Joe Fairless: Yeah, and one of the attorneys that’s gonna be there – his name is Roland, and his information is on the BestEverConference.com website… He’s our securities attorney, so I personally can vouch for him as being someone who is gonna add a lot of value to the conversation. And if you have any deals at all that are going to qualify for a security, then why not go to the conference, learn, but then also have a conversation with him? His rate is north of $300/hour, so you talk to him at the conference, at the bar, or something, where we’re all hanging out, and you’re saving — hopefully he doesn’t hear me say this, but you’re saving the money when you’re talking to him at the bar, hanging out, and you’re getting some of the questions answered.

I’m sure there’s a line in the sand that if you’re not a client of his, then he can’t answer until you officially engage him, but still, it could be a really good opportunity and it actually could save you money as a result of attending.

Theo Hicks: Absolutely. So that’s BestEverConference.com. And then lastly, make sure (if you haven’t already) to pick up a copy of the Best Ever Apartment Syndication Book. If you leave a review on Amazon and send us a screenshot, we will send you a package of free apartment syndication resources, as well as you’ll have the opportunity to have your review read aloud on the Follow Along Friday Podcast.

This week’s review of the week comes from Alec Liskov. Alec left a regular Amazon review, but he went above and beyond and actually left a video review which was pretty cool, and I didn’t realize he could even do that on Amazon… I’ll summarize the review that he provided in the video:

“Joe’s book is one of the best resources on apartment syndications I’ve seen out there. There are three reasons why I love this book. Number one, his approach and guidance are designed for anyone to follow, from inexperienced to experienced investors. Two, he doesn’t just provide information, but rather a step-by-step guide of how to actually get started (and he mentions how he went back to the book to go over the different processes and step-by-step systems that we provided in the book). And number three, finally, he sets expectations and tells it like it is. He shares both his success stories, as well as his failures, which is really helpful in setting the right expectation for long-term success.”

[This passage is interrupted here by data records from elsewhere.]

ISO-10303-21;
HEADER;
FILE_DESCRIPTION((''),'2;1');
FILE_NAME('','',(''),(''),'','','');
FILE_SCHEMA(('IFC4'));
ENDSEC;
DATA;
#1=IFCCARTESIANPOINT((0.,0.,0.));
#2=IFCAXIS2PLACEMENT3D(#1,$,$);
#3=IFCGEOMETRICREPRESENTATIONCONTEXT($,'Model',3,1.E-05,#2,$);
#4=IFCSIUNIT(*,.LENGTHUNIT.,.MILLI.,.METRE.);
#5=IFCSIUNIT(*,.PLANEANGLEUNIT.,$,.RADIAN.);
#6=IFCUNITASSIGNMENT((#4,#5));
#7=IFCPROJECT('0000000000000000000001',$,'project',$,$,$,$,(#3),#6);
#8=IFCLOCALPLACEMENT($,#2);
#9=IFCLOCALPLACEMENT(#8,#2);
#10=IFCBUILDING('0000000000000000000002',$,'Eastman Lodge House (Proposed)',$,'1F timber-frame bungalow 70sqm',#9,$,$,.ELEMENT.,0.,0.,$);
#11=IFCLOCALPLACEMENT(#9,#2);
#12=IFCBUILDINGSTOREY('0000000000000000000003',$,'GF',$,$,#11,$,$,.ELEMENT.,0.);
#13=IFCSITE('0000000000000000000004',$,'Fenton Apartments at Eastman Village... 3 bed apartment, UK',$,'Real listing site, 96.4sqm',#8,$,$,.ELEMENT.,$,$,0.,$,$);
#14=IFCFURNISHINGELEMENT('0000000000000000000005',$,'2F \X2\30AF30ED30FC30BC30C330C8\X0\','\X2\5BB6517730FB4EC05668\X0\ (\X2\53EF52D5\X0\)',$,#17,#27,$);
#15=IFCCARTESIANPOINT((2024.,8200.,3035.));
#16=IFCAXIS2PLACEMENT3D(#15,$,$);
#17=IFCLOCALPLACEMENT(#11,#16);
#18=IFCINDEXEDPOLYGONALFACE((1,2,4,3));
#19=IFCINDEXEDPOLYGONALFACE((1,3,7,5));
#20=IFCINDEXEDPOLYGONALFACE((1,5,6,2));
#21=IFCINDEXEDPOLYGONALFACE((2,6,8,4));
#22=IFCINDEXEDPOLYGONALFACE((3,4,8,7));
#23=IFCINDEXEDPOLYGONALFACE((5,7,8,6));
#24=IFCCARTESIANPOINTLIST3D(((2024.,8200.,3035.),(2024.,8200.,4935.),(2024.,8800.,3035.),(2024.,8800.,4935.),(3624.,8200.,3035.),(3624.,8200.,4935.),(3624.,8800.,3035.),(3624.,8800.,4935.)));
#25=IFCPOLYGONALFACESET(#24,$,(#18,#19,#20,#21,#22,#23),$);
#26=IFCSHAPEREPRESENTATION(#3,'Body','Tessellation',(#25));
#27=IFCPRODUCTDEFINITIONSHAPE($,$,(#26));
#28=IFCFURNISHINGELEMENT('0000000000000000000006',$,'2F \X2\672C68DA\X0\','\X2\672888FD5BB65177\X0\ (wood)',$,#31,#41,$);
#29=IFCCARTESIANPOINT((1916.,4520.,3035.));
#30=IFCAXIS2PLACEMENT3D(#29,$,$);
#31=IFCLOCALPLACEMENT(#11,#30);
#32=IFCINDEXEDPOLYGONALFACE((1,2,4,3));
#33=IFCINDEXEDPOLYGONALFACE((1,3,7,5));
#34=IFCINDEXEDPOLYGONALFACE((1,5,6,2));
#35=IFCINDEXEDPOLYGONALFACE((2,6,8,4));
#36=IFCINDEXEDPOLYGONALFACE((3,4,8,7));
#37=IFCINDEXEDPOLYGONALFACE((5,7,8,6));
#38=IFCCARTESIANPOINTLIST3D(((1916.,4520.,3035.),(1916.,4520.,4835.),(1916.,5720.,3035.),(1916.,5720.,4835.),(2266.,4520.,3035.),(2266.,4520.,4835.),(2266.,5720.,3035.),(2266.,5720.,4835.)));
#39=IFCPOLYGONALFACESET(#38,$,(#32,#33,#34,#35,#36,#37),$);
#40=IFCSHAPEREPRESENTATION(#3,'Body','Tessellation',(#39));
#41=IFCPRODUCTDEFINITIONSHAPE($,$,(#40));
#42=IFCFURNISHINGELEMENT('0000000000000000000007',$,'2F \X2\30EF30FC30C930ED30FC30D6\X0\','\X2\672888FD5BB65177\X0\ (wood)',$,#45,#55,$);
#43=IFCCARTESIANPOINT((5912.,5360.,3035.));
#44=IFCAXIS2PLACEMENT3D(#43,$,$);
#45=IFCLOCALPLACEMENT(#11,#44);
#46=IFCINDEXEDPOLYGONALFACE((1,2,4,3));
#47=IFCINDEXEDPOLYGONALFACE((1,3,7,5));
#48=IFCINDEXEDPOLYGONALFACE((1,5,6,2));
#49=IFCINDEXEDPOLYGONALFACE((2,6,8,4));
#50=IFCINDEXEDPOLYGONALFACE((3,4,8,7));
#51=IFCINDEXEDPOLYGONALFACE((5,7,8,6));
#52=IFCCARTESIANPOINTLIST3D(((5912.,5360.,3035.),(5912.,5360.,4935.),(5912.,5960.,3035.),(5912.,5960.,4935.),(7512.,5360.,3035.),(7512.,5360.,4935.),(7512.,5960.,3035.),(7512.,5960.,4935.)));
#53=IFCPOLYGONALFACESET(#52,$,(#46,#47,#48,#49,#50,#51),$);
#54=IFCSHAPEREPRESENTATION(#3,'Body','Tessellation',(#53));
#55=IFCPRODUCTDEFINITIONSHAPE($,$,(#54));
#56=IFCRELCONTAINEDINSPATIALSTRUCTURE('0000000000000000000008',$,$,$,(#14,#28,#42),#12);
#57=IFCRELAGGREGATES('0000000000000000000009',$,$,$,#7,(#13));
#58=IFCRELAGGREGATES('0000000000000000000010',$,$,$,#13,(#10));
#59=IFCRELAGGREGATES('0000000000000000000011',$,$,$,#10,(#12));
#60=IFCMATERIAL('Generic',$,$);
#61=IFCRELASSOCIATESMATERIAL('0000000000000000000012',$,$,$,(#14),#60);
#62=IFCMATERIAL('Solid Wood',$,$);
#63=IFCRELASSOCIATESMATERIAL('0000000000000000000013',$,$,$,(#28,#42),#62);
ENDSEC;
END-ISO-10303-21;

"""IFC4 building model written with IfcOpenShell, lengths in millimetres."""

from ifc_helpers import new_model, si_unit, frame, frame_2d, origin, place, context, project, spatial, rectangle, extrude, material, element, save


model = new_model("IFC4")

# Units and contexts
model_context = context("Model", 3, precision=1e-05, world=origin())
ifc_project = project(units=[si_unit("LENGTHUNIT", "METRE", prefix="MILLI"), si_unit("PLANEANGLEUNIT", "RADIAN")], contexts=[model_context])

# Site, building, storey
site_placement = place(None, origin())
site = spatial("IfcSite", under=ifc_project, at=site_placement, Name="Fenton Apartments at Eastman Village... 3 bed apartment, UK", ObjectType="Real listing site, 96.4sqm", CompositionType="ELEMENT", RefElevation=0.0)
building_placement = place(site_placement, origin())
building = spatial("IfcBuilding", under=site, at=building_placement, Name="Eastman Lodge House (Proposed)", ObjectType="1F timber-frame bungalow 70sqm", CompositionType="ELEMENT", ElevationOfRefHeight=0.0, ElevationOfTerrain=0.0)
storey_placement = place(building_placement, origin())
storey = spatial("IfcBuildingStorey", under=building, at=storey_placement, Name="GF", CompositionType="ELEMENT", Elevation=0.0)

# Shared definitions
ifc_material_1 = material(Name="Solid Wood")

# Shared definitions
ifc_material_2 = material(Name="Generic")

# Furnishing elements
furnishing_1_placement = place(storey_placement, frame((2024.0, 8200.0, 3035.0)))
element("IfcFurnishingElement", 1, at=furnishing_1_placement, inside=storey, material=ifc_material_2, Name="2F クローゼット", Description="家具・什器 (可動)", context=model_context, shape_type="SweptSolid", body=[
    extrude(rectangle(XDim=1600.0, YDim=600.0, at=frame_2d((800.0, 300.0))), frame((2024.0, 8200.0, 3035.0)), (0.0, 0.0, 1.0), 1900.0),
])
furnishing_2_placement = place(storey_placement, frame((1916.0, 4520.0, 3035.0)))
element("IfcFurnishingElement", 2, at=furnishing_2_placement, inside=storey, material=ifc_material_1, Name="2F 本棚", Description="木製家具 (wood)", context=model_context, shape_type="SweptSolid", body=[
    extrude(rectangle(XDim=350.0, YDim=1200.0, at=frame_2d((175.0, 600.0))), frame((1916.0, 4520.0, 3035.0)), (0.0, 0.0, 1.0), 1800.0),
])
furnishing_3_placement = place(storey_placement, frame((5912.0, 5360.0, 3035.0)))
element("IfcFurnishingElement", 3, at=furnishing_3_placement, inside=storey, material=ifc_material_1, Name="2F ワードローブ", Description="木製家具 (wood)", context=model_context, shape_type="SweptSolid", body=[
    extrude(rectangle(XDim=1600.0, YDim=600.0, at=frame_2d((800.0, 300.0))), frame((5912.0, 5360.0, 3035.0)), (0.0, 0.0, 1.0), 1900.0),
])

save(model, "model.ifc")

Joe Fairless: Well, thank you for leaving that video review. I think it’s only a video review, right? That’s pretty cool. I didn’t realize you could do video reviews either, so thanks for doing that. I really appreciate it and I’m glad you got value from the book.

Theo, I called you yesterday, and your voice mailbox is full, so I didn’t leave you a message because I couldn’t. But I called you because I had a conversation with someone who I met yesterday and he said he bought our syndication book and he read it in one day.

Theo Hicks: Oh, man…

Joe Fairless: He called it a fun read. I was like, “Well, fun? Okay… I’ll go with that.” He’s a software engineer, and he said he loved that we got into the details, but he literally read it in one day. I thought I held the record, because I read it in one day when we were doing the final walkthrough of the book, so I read it from start to finish one last time, in one day… But he tied the world record for quickest read for the book. I thought you’d find that interesting, too.

Theo Hicks: That’s interesting.

Joe Fairless: Well, everyone, thanks for hanging out with us. I hope you got value from the conversation. Have a best ever day and we’ll talk to you tomorrow.